======== Data to process ========
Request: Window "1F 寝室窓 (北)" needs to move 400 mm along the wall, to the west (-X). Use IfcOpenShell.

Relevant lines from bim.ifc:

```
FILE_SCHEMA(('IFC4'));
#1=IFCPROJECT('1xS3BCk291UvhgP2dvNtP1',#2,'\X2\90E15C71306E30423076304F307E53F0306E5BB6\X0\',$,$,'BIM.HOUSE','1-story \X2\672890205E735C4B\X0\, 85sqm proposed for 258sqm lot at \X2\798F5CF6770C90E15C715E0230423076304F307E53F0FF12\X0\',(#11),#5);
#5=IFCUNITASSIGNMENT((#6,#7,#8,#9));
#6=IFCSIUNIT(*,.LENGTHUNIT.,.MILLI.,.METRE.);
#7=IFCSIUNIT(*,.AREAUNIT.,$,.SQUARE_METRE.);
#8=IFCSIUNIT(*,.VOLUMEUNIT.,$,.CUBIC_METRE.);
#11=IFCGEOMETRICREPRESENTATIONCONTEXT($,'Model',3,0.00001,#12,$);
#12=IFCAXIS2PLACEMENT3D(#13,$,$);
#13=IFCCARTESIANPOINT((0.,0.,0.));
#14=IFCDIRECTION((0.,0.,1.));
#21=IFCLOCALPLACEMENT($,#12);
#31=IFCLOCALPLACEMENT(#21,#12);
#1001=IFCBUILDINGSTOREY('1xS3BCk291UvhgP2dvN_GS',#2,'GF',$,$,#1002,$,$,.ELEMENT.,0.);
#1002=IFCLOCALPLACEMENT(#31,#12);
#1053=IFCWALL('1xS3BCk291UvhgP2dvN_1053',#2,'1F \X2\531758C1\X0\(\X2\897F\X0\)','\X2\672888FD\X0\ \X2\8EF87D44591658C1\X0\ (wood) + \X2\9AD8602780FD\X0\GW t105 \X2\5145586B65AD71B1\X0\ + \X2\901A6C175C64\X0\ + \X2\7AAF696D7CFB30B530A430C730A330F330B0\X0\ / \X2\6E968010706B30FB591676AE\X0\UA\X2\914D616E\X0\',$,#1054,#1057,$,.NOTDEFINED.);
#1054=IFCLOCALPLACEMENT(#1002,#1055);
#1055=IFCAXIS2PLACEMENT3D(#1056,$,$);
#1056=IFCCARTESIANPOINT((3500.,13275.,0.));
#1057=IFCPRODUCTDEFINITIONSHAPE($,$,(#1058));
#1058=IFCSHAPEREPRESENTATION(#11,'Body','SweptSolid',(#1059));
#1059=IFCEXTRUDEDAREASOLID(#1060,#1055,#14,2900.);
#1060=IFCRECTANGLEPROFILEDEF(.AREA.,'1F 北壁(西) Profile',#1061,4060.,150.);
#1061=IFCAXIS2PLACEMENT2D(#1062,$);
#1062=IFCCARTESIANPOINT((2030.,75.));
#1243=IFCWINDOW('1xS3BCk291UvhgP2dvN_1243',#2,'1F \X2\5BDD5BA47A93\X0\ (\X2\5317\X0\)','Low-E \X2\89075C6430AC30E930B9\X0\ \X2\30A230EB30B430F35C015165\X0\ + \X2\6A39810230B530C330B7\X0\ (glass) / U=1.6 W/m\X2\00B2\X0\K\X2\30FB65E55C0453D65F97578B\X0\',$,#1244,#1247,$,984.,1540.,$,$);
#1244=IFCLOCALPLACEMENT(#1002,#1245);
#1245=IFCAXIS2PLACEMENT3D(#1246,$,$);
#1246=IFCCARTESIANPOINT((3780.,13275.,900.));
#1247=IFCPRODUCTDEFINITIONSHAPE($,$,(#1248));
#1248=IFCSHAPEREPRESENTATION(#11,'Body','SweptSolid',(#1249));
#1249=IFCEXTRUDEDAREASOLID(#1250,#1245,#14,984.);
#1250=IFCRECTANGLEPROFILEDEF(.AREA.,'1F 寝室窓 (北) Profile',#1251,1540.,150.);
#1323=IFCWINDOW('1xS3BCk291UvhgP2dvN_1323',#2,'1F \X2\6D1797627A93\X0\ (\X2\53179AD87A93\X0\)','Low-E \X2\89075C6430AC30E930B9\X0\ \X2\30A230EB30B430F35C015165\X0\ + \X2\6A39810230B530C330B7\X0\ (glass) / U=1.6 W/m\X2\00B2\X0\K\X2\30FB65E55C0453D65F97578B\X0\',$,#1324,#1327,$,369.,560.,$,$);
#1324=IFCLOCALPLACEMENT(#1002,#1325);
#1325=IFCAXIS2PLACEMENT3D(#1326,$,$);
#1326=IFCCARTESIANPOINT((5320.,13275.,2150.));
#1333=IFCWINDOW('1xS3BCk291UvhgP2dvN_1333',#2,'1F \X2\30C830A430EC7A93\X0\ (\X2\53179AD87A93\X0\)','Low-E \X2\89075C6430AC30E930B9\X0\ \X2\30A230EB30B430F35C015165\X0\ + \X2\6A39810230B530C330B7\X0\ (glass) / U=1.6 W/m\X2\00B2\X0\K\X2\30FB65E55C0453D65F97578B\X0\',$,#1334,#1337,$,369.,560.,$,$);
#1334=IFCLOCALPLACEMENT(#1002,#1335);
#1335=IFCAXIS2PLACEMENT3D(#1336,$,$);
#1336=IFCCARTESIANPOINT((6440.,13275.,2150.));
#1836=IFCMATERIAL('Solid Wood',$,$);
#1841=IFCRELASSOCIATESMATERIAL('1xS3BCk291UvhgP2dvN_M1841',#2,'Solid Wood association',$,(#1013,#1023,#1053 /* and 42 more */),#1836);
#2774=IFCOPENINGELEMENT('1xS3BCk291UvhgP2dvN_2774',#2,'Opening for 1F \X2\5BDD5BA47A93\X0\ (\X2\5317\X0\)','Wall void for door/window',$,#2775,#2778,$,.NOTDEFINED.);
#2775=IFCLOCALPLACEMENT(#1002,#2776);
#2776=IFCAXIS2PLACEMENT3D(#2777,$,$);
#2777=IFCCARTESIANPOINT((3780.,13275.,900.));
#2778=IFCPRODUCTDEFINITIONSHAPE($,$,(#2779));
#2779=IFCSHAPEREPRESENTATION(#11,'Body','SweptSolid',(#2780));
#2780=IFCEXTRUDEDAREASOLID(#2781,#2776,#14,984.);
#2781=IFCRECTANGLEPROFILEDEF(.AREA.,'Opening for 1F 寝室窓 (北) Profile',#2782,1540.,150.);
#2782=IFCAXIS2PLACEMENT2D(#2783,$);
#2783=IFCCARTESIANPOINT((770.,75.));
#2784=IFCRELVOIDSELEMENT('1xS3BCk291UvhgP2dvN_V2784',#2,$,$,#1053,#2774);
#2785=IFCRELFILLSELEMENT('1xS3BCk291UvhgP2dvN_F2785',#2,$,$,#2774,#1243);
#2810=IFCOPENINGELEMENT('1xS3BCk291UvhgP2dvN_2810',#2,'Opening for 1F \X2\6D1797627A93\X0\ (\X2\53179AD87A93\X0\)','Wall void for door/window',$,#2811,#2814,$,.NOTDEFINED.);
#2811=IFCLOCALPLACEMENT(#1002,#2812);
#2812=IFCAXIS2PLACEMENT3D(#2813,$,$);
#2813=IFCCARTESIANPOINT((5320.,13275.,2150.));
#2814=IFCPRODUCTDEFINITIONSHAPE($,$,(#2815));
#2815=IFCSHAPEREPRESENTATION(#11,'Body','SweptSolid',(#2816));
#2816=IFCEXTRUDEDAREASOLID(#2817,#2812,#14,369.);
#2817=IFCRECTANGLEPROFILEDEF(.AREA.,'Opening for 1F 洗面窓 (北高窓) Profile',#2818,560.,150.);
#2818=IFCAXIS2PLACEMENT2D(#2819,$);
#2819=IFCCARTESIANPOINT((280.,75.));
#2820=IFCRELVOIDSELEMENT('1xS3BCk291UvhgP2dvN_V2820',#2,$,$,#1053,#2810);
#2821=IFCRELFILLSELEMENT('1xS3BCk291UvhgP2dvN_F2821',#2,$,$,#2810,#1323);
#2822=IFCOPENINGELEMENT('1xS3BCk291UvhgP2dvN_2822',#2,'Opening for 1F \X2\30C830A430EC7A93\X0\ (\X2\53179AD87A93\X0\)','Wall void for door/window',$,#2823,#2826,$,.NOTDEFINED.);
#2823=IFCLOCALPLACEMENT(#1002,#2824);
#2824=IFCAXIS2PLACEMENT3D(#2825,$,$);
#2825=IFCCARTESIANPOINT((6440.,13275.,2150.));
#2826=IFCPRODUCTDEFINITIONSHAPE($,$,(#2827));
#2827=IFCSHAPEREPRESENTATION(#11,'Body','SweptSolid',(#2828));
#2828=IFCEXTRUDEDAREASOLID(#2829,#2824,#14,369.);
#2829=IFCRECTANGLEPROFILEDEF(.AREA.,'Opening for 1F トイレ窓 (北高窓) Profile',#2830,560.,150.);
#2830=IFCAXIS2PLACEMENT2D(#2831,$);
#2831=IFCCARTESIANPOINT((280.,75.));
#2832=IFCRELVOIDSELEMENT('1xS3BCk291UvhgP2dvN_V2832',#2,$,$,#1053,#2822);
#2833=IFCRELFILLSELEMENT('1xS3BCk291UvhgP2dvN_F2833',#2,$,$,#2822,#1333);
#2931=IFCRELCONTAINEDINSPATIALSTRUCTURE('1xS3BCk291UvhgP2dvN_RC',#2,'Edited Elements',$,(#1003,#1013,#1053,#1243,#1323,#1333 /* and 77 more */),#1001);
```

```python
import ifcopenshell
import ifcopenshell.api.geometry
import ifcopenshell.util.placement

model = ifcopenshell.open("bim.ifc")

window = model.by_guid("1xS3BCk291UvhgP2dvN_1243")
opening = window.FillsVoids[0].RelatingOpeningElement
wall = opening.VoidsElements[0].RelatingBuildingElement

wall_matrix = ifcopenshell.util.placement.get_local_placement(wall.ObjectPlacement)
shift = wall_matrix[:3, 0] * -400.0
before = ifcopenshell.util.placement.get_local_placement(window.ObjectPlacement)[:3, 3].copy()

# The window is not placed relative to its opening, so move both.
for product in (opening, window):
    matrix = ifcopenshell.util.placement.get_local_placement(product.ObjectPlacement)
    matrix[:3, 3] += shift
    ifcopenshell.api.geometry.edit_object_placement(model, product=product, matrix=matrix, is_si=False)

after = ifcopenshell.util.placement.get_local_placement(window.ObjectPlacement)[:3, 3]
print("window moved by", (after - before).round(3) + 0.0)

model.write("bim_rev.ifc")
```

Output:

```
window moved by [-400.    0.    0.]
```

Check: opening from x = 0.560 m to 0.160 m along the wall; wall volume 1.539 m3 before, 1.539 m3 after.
========
Problem description:
Going through the entries above, report how many lines contain the word "IFCSHAPEREPRESENTATION", with no other text.

Completed exercise:
5